Returns the current Vals subgroup with the absolute errors below the given threshold.

Examples

let val_of_17_edo = Val::patent(Ratio::octave().divided_into_equal_steps(17), 11);
let subgroup = Vec::from_iter(val_of_17_edo.subgroup(Ratio::from_cents(25.0)));

assert_eq!(subgroup, [2, 3, 7, 11]);

pub fn map(&self, comma: &Comma) -> Option<i32>

Applies the temperament’s mapping function to the given Comma.

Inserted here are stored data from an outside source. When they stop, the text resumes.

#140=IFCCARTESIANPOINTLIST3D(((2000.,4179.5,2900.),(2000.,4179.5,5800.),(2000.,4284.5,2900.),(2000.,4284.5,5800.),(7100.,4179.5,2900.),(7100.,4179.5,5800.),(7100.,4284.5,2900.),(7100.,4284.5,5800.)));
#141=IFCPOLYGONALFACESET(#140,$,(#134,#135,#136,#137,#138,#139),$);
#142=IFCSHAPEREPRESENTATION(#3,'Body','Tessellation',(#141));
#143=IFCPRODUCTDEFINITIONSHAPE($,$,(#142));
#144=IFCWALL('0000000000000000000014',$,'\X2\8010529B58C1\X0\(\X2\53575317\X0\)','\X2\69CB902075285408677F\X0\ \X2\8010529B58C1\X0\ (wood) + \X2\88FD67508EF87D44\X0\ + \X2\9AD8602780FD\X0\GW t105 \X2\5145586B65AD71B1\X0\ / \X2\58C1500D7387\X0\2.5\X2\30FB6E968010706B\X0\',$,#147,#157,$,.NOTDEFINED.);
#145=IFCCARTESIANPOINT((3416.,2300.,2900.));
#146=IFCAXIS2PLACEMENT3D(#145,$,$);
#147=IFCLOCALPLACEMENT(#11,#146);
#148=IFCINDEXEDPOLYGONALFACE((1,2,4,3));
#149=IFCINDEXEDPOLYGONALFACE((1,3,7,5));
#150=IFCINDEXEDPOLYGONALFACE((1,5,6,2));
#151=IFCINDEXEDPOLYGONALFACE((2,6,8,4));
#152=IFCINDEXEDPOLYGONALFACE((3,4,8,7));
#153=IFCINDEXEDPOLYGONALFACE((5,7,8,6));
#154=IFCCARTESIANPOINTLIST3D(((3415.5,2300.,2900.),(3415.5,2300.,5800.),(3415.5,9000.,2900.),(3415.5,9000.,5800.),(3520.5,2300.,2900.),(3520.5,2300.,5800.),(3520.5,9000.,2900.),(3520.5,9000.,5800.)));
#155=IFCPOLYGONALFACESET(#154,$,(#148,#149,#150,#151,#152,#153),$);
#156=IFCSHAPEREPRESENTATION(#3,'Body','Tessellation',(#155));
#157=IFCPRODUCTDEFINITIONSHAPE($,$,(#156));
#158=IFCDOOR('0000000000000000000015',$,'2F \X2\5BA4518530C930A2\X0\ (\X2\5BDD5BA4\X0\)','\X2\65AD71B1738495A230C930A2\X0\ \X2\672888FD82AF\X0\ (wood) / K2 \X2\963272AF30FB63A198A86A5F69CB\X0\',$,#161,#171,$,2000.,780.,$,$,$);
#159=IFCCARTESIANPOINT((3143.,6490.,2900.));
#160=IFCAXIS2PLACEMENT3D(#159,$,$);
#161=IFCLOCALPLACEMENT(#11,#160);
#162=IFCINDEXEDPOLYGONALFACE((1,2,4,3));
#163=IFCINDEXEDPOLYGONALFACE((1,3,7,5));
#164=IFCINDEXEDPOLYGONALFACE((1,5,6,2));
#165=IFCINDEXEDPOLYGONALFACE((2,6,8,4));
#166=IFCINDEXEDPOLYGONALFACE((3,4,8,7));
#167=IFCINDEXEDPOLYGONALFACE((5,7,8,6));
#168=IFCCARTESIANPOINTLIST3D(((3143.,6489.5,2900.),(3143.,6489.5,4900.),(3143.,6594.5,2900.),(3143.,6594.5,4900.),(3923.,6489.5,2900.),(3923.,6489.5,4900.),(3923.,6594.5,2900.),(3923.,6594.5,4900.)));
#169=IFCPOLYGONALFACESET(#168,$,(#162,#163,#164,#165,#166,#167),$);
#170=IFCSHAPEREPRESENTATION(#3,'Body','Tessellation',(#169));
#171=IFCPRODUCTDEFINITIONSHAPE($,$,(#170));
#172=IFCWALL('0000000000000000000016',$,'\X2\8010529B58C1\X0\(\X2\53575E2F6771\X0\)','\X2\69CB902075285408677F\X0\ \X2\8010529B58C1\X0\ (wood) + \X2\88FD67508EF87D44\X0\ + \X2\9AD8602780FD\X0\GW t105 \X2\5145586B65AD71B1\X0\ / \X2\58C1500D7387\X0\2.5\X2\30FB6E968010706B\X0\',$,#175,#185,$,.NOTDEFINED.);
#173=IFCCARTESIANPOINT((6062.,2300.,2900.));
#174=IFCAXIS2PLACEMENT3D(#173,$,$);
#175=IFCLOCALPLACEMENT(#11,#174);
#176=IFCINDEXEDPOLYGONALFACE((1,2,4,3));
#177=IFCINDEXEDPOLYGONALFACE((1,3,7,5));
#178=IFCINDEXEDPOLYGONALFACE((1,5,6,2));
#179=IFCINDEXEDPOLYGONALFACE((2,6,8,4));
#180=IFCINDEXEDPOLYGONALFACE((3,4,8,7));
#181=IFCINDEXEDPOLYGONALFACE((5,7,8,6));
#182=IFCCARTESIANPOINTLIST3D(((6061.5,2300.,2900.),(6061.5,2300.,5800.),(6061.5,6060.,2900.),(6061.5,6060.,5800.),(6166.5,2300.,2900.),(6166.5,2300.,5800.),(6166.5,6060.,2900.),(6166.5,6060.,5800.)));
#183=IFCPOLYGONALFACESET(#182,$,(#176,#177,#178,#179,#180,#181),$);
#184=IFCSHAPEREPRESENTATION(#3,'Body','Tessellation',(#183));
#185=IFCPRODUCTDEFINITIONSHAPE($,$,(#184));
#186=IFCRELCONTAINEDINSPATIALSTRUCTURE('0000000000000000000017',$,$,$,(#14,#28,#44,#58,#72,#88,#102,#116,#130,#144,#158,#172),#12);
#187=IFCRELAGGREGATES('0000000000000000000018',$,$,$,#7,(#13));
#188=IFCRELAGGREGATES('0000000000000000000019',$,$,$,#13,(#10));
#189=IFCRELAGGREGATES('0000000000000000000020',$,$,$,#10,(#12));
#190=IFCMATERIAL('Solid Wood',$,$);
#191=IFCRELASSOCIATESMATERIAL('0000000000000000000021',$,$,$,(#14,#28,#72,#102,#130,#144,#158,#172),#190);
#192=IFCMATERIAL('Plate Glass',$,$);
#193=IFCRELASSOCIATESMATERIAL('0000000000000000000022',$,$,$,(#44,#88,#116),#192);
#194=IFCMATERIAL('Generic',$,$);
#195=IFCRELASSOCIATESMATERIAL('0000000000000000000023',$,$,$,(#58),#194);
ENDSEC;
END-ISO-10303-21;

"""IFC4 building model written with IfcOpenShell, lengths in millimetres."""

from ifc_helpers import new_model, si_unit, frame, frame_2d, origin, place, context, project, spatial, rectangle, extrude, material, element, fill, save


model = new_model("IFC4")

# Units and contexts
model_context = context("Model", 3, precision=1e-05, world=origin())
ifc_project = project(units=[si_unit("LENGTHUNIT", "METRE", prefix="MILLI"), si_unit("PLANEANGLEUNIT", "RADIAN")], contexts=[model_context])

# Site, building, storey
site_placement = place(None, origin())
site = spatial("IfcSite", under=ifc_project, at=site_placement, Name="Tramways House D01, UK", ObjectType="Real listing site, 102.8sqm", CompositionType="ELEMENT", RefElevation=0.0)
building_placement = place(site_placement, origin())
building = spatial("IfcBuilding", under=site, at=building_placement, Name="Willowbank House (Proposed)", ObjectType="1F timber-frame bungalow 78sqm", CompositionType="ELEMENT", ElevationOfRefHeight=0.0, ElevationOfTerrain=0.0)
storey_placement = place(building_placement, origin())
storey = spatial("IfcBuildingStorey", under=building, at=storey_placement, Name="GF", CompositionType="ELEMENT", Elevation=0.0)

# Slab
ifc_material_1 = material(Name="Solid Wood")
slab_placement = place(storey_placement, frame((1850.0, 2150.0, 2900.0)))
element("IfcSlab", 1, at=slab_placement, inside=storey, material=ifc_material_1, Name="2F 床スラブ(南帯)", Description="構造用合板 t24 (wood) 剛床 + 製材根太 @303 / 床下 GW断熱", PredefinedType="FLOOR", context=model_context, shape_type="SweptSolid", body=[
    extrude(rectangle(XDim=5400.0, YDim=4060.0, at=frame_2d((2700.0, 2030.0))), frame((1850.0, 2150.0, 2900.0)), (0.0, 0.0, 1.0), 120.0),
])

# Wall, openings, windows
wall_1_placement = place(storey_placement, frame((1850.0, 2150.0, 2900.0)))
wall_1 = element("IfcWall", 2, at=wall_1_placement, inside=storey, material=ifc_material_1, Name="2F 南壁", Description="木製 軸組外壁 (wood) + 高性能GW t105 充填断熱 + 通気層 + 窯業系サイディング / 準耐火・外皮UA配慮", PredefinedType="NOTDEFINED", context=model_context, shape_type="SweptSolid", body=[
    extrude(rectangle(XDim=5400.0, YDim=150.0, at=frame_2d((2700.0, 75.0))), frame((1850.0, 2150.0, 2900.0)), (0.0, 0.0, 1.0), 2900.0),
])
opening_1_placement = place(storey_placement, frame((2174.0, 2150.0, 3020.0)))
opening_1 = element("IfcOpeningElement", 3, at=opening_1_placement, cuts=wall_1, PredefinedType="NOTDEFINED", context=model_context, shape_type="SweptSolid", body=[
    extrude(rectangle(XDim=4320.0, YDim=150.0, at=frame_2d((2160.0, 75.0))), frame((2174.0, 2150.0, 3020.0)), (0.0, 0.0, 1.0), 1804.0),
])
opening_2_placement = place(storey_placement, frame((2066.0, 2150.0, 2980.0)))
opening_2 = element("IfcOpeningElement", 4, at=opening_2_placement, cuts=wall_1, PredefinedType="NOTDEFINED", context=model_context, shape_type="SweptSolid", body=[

Specifically, it calculates the scalar product of the values of self and the values of the comma if the prime limit of self is at least the prime of comma.

Examples

let fifth = Comma::new("fifth", &[-1, 1][..]);
assert_eq!(fifth.as_fraction(), Some((3, 2)));

// The 12-edo fifth is at 7 steps
let val_of_12edo = Val::patent(Ratio::octave().divided_into_equal_steps(12), 5);
assert_eq!(val_of_12edo.map(&fifth), Some(7));

// The 31-edo fifth is at 18 steps
let val_of_31edo = Val::patent(Ratio::octave().divided_into_equal_steps(31), 5);
assert_eq!(val_of_31edo.map(&fifth), Some(18));

// 7-limit intervals cannot be represented by a 5-limit val
let seventh = Comma::new("seventh", &[-2, 0, 0, 1][..]);
assert_eq!(seventh.as_fraction(), Some((7, 4)));
assert_eq!(val_of_12edo.map(&seventh), None);

pub fn tempers_out(&self, comma: &Comma) -> bool

Checks whether the current Val defines a rank-1 temperament which tempers out the given Comma.

Examples

let diesis = Comma::new("diesis", &[7, 0, -3][..]);
assert_eq!(diesis.as_fraction(), Some((128, 125)));

// 12-edo tempers out the diesis
let val_of_12edo = Val::patent(Ratio::octave().divided_into_equal_steps(12), 5);
assert!(val_of_12edo.tempers_out(&diesis));

// 31-edo does not temper out the diesis
let val_of_31edo = Val::patent(Ratio::octave().divided_into_equal_steps(31), 5);
assert!(!val_of_31edo.tempers_out(&diesis));

Trait Implementations

impl Clone for Val

fn clone(&self) -> Val

Returns a copy of the value.

fn clone_from(&mut self, source: &Self)

Performs copy-assignment from source.

impl Debug for Val

fn fmt(&self, f: &mut Formatter<'_>) -> Result

Formats the value using the given formatter.